I am building code to run and manage simulations of sampling events at sites that can be in one of three site cohorts. I use rep()
to assign the cohort identifier (1,2, or 3) using the code below:
cohort <- rep(1:n.cohorts, n.sites)
I have put the key line first, although to reproduce my problem you need to run the following lines, which allocate a total number of sites between cohorts for presentation to the rep()
call.
n.cohorts <- 3
s <- 10 # total available sites in this example
# different proportions of the total can be allocated to each cohort, for example
prop.control <- 0.4 ; prop.int <- 0.4 ; prop.ref <- 1-(prop.int+prop.control)
n.control <- prop.control * s; n.int <- prop.int * s; n.ref <- prop.ref * s
n.sites <- c(n.control, n.int, n.ref)
now, n.sites
by itself returns
[1] 4 4 2
so when I run my cohort <- rep(1:n.cohorts, n.sites)
call again I expect cohort
to be a list of 10 items, like this: [1] 1 1 1 1 2 2 2 2 3 3
. What i get, however, is only 9:
> cohort
[1] 1 1 1 1 2 2 2 2 3
If i run the same code where n.sites
is defined directly like so: n.sites <- c(4, 4, 2)
, I get the 10 items i expect.

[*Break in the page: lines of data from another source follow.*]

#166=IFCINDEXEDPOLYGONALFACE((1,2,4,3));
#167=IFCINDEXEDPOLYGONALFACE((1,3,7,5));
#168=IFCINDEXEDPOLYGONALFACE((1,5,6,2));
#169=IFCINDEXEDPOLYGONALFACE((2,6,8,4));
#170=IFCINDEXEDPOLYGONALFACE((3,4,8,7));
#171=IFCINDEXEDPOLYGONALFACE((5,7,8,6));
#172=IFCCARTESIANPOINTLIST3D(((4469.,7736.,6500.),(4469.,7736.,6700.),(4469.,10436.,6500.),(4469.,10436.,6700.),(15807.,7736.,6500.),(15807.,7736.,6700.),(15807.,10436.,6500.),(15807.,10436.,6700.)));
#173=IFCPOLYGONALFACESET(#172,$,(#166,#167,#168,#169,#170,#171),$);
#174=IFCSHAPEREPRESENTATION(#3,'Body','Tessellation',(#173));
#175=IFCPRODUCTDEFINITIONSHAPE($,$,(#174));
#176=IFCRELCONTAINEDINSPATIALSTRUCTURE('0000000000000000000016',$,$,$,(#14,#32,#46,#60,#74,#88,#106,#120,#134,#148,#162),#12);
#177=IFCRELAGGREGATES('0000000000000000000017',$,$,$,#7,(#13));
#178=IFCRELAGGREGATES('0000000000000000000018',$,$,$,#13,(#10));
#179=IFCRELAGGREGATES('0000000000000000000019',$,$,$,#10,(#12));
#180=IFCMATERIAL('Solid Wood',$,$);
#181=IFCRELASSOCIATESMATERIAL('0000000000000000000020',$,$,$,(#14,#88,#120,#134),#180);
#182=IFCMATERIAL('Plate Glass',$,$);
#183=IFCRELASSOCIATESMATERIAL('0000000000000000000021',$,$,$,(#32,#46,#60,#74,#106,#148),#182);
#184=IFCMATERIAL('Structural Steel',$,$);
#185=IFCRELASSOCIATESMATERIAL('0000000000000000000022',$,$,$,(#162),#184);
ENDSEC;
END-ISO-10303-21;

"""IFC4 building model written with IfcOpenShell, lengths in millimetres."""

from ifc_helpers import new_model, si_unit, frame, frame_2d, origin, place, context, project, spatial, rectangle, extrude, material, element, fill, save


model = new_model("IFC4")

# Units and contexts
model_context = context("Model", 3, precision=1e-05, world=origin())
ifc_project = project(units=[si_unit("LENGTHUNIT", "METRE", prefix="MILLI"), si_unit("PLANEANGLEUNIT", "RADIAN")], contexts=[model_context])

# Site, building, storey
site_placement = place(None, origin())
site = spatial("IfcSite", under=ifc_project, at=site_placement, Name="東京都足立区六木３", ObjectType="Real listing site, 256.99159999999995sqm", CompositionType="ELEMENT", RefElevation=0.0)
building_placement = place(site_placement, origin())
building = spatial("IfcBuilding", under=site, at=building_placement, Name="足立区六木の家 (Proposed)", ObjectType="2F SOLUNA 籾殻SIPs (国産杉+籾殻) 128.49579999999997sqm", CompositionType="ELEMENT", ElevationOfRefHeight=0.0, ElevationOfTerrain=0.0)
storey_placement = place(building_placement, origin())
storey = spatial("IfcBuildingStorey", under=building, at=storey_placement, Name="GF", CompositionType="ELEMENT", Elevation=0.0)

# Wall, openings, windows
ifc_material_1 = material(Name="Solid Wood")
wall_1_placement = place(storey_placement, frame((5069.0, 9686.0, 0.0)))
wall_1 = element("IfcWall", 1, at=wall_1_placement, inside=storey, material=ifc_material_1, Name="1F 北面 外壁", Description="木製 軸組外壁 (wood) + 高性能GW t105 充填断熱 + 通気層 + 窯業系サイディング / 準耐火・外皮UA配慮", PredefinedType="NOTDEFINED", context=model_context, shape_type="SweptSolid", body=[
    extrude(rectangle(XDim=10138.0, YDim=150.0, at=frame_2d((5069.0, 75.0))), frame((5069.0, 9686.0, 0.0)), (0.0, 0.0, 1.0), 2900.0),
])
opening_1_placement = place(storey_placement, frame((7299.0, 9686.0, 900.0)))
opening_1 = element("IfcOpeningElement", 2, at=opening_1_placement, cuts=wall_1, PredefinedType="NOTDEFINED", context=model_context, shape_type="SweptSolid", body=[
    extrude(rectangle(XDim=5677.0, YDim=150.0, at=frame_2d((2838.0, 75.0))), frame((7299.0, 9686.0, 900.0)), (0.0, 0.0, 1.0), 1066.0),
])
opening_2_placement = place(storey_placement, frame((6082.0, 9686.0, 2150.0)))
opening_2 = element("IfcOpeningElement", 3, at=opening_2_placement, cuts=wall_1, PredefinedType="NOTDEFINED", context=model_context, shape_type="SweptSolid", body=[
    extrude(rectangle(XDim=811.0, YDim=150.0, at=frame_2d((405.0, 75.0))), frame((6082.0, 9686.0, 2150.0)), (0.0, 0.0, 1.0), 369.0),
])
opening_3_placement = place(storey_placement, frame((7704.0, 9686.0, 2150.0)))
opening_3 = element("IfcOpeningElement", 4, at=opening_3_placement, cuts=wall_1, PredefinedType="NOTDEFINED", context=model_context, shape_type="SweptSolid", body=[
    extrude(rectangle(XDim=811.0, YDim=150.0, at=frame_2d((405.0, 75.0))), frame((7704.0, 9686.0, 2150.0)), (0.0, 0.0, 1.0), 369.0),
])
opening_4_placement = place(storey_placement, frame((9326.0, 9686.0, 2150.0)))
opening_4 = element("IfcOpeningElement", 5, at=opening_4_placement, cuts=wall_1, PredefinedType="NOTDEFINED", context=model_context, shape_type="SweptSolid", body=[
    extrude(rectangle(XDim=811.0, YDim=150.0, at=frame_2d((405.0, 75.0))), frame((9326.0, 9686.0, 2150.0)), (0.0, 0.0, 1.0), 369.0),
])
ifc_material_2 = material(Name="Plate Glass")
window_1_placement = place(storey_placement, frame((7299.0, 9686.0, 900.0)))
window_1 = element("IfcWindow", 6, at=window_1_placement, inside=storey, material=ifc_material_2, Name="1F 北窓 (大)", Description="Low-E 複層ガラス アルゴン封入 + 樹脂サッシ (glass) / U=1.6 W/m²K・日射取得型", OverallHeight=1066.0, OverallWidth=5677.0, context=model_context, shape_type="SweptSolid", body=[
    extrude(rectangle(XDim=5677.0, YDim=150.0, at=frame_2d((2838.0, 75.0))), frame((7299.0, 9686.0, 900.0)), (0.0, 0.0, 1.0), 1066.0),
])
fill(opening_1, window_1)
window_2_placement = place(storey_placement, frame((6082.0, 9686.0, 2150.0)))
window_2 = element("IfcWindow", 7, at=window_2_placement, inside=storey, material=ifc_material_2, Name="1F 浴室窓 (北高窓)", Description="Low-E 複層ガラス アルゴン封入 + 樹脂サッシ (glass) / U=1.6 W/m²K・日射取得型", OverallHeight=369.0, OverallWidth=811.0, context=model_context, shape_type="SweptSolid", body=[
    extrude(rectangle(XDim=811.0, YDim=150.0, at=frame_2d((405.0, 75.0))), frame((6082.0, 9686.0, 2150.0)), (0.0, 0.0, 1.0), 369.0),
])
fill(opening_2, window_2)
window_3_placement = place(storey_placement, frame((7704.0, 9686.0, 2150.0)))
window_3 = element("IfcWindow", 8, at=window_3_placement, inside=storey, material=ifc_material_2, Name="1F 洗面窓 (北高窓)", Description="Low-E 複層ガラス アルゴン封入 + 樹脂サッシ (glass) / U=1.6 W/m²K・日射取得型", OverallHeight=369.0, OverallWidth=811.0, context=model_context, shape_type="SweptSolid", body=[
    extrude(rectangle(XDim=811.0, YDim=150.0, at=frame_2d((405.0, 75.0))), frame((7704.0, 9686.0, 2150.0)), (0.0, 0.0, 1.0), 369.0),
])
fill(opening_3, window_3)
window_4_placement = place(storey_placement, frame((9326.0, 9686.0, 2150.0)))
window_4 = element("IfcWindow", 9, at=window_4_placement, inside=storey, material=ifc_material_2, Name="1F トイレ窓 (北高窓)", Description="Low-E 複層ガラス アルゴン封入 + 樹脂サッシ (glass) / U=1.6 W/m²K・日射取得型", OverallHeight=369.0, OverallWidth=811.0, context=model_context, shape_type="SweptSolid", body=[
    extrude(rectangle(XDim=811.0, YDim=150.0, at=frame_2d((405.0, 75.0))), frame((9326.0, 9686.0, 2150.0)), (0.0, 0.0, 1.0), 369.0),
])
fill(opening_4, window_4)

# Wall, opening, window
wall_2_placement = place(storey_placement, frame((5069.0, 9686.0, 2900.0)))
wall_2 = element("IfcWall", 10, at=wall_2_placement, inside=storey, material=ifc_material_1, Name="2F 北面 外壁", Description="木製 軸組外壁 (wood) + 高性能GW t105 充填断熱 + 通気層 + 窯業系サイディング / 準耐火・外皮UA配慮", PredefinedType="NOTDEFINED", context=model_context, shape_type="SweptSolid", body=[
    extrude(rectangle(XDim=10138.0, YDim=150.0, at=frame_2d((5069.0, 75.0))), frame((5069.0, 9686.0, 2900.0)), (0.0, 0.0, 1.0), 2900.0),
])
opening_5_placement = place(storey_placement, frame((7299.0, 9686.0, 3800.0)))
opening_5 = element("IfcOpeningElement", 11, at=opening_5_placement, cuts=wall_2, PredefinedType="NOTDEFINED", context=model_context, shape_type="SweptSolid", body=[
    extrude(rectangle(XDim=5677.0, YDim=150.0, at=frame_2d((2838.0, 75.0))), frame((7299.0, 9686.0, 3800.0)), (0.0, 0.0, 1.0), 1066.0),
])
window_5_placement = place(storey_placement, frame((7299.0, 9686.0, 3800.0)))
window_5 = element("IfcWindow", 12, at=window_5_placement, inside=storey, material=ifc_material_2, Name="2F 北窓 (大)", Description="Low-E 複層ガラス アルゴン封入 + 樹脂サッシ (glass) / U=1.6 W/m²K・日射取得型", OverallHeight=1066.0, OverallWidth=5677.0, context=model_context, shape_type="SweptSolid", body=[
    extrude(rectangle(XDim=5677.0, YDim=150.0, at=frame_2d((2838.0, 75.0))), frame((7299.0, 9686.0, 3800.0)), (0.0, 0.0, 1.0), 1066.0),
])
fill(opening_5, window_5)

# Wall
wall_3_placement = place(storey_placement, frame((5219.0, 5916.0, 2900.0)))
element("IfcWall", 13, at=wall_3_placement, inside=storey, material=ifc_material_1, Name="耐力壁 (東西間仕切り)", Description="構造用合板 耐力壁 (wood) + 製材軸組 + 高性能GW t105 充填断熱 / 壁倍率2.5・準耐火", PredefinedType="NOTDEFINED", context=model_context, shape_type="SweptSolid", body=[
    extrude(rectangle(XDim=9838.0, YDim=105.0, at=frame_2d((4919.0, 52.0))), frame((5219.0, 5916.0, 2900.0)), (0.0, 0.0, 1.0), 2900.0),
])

I have redone this several times to convince myself that under both scenarios n.sites
by itself produces identical results.
Can anyone explain why this happens? Many thanks in advance.
David
I think this is one of those arithmetical inaccuracy issues in R. The problem is here:
prop.ref <- 1-prop.int-prop.control
prop.ref*10
#[1] 2
floor(prop.ref*10)
#[1] 1
So r thinks that prop.int+prop.control
are very slightly bigger than 0.8
You can fix it by
cohort <- rep(1:n.cohorts, ceiling(n.sites))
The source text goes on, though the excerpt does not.